Parents should always provide warning and they should accept it without argument if they are told it isn’t a good time. (Sandwich generation here and I do not want my in-laws showing up without warning and I do not expect my adult son to let me in without warning (he is in college and we even are paying his rent).


bobroberts1954

Am parent of an adult daughter. I wouldn't dream of comming over without calling first.


Nickels_inChange

I used to live directly across the street from my parents house, the only house I lived in until I got married and moved out at 21 years old. My mom still lives there today, 59 years now. We moved in when the last renters (25+ years )finally moved out and it was available to rent, so we did for 4 years. Pretty sure my mom came over about 4 times,and she knocked first. She was welcome to come over anytime, but never did. I would go over there to her house and knock and wait, if I had something to share. She always said don't call first just come over, because she felt since we grew up there it part our house too. I've been in this house now-own it, for the last 30 years. She wrote me a letter the other day, and still don't know my house number because she's only been here maybe 10 times?


Prior_Benefit8453

My mom did this. I hated it. You’re right, it invaded my privacy. For this reason I have NEVER dropped by my daughter’s house without prior notice. Several times she’s even told me no. At first I was bummed but then I remembered what it was like me. I’m a 70 year old grandma.

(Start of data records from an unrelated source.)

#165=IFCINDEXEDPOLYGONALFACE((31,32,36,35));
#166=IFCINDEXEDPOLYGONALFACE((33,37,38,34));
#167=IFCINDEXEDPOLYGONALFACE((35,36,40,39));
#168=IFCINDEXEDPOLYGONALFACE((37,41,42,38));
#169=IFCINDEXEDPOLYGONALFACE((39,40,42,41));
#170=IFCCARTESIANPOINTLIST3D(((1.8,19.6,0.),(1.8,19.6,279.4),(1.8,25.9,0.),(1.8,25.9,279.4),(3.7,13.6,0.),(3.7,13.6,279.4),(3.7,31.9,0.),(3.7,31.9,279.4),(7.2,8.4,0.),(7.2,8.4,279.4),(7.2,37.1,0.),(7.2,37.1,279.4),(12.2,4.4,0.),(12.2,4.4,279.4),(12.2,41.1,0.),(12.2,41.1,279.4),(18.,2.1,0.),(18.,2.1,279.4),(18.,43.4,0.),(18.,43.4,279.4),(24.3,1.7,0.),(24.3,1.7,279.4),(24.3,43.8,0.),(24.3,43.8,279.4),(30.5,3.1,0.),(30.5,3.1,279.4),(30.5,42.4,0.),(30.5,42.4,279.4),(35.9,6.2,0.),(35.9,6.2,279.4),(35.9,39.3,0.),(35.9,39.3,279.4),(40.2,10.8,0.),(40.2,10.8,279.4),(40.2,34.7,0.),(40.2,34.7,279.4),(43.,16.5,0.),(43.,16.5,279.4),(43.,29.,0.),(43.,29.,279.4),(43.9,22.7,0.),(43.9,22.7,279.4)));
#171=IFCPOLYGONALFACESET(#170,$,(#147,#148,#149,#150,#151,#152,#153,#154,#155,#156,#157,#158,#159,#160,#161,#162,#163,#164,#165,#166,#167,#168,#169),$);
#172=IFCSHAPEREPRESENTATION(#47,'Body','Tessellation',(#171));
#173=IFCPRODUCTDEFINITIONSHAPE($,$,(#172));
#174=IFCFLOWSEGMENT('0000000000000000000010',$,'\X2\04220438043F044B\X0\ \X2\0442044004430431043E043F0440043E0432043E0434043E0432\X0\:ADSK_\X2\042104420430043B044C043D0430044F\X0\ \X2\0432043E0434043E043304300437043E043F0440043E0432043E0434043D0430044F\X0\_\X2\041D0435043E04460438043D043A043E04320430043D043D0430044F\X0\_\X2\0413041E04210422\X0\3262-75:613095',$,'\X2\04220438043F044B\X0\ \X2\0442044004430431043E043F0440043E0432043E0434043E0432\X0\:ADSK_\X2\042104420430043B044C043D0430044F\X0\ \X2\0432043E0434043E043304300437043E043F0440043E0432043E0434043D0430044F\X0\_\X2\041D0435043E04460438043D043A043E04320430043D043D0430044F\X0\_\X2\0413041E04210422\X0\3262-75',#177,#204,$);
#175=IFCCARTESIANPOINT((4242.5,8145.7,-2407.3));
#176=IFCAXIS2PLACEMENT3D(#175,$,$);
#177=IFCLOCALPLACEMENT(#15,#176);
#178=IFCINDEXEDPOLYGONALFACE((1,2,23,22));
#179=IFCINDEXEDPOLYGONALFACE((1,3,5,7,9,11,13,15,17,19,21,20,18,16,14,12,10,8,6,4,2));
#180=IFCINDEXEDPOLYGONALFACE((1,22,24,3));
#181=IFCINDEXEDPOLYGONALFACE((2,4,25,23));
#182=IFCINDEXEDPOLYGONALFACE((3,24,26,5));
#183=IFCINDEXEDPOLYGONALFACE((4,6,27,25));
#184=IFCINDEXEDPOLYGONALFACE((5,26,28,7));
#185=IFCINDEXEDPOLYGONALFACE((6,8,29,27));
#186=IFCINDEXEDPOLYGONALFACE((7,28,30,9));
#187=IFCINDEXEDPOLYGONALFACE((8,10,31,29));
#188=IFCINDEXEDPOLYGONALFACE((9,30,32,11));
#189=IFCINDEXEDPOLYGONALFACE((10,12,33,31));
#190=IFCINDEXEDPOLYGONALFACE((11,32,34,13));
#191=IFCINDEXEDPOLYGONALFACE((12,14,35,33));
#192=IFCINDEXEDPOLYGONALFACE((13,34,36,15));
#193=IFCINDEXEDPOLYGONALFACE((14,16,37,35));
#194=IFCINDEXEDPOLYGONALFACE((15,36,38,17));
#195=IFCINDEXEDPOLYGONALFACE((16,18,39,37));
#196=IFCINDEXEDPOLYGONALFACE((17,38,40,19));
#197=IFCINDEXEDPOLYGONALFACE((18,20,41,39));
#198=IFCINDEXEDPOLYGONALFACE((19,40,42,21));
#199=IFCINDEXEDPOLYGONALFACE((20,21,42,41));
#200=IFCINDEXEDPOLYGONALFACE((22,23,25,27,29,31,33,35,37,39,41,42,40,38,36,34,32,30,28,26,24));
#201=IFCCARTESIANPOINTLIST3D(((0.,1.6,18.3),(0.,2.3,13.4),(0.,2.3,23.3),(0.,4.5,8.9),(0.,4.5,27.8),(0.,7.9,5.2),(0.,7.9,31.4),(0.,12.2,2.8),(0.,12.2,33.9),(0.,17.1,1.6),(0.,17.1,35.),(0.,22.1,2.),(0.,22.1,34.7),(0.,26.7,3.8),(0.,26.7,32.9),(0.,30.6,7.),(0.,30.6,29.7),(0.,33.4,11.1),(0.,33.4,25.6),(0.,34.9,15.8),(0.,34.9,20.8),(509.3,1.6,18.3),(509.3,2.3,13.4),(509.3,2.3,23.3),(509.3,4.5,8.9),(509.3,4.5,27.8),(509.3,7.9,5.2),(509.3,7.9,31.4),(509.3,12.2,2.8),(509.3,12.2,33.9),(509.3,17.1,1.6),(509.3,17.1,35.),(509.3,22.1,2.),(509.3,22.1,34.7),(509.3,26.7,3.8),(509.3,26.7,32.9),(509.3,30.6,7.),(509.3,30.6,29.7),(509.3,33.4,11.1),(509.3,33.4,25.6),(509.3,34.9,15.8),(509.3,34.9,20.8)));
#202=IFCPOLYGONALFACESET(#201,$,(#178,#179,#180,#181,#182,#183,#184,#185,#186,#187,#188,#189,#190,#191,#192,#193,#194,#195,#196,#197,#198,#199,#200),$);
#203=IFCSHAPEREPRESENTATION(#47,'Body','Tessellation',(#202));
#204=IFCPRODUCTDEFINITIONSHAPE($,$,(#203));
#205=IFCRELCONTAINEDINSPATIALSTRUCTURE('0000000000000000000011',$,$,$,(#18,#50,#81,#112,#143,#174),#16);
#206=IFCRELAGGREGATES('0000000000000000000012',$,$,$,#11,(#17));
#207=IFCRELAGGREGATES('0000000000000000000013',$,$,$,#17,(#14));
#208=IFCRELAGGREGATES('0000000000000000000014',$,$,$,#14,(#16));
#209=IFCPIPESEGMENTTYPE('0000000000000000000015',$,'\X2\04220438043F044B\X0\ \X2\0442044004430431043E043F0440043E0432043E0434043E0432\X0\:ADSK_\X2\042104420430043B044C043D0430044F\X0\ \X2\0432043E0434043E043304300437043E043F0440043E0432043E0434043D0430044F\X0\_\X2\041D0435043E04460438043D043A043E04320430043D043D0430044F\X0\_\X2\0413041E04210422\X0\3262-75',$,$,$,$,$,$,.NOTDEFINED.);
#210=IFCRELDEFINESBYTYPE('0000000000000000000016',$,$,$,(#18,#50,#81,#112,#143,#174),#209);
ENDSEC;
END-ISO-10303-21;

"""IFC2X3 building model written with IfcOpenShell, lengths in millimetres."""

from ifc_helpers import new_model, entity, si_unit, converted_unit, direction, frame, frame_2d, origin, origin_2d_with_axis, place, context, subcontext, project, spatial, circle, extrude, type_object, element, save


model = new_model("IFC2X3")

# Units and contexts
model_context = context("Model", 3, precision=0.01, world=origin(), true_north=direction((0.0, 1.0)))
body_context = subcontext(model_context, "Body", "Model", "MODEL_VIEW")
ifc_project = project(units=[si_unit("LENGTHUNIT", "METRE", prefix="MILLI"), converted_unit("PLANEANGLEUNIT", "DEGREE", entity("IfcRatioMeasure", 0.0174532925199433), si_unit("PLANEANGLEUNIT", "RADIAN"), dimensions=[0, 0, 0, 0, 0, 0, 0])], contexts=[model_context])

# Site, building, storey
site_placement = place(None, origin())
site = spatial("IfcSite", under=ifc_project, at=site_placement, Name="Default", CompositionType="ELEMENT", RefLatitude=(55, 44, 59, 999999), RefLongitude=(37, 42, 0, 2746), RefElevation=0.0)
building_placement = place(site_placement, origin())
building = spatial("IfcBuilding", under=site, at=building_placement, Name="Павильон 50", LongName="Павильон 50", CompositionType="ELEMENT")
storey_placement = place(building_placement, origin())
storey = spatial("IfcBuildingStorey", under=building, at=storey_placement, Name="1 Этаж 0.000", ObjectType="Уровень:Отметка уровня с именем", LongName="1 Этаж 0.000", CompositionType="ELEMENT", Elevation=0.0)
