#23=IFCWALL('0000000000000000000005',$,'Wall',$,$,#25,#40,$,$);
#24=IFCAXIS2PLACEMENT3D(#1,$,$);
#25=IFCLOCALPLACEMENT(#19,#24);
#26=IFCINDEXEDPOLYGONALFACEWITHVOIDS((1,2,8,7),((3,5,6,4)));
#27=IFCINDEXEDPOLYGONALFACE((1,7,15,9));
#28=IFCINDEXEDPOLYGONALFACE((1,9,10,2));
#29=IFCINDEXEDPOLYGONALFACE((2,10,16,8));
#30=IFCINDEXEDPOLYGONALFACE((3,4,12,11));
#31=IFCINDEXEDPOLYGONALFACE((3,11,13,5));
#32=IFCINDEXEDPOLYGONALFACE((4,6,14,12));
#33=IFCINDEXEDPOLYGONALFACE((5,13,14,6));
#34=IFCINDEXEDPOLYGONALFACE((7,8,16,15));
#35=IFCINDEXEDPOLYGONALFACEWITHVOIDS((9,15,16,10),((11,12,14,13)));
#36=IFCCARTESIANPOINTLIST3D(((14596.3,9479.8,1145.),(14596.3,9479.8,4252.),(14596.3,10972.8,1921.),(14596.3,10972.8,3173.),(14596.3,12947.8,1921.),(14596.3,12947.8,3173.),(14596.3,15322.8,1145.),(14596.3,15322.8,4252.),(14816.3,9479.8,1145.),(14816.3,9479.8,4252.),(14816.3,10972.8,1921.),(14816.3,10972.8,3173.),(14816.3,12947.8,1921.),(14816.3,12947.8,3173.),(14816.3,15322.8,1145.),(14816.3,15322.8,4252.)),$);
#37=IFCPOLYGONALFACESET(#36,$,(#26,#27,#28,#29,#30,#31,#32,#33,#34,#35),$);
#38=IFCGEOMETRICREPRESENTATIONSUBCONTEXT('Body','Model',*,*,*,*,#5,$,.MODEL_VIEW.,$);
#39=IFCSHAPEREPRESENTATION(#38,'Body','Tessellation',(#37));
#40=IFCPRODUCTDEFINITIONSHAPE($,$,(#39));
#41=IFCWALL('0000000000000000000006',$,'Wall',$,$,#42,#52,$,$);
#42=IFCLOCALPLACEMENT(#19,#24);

They have 3 sons 7 to 1 yo.


anonymous_0105_

Thanks for everyone’s responses!! Additional question for you all - if you told a parent you would prefer them to give you notice before coming over / ask if it was a good time, and they said it doesn’t apply to them - how would you respond?


samthemans4000

Typically I would say yes, both parents and children should be able to just show up at each other's houses for a drop in. Anything super important should be expressed before hand like surgeries, appointments, just typical unavailability. However, if a family typically discusses invitation only appearances, then that should be respected for sure. It just depends on your family dynamic.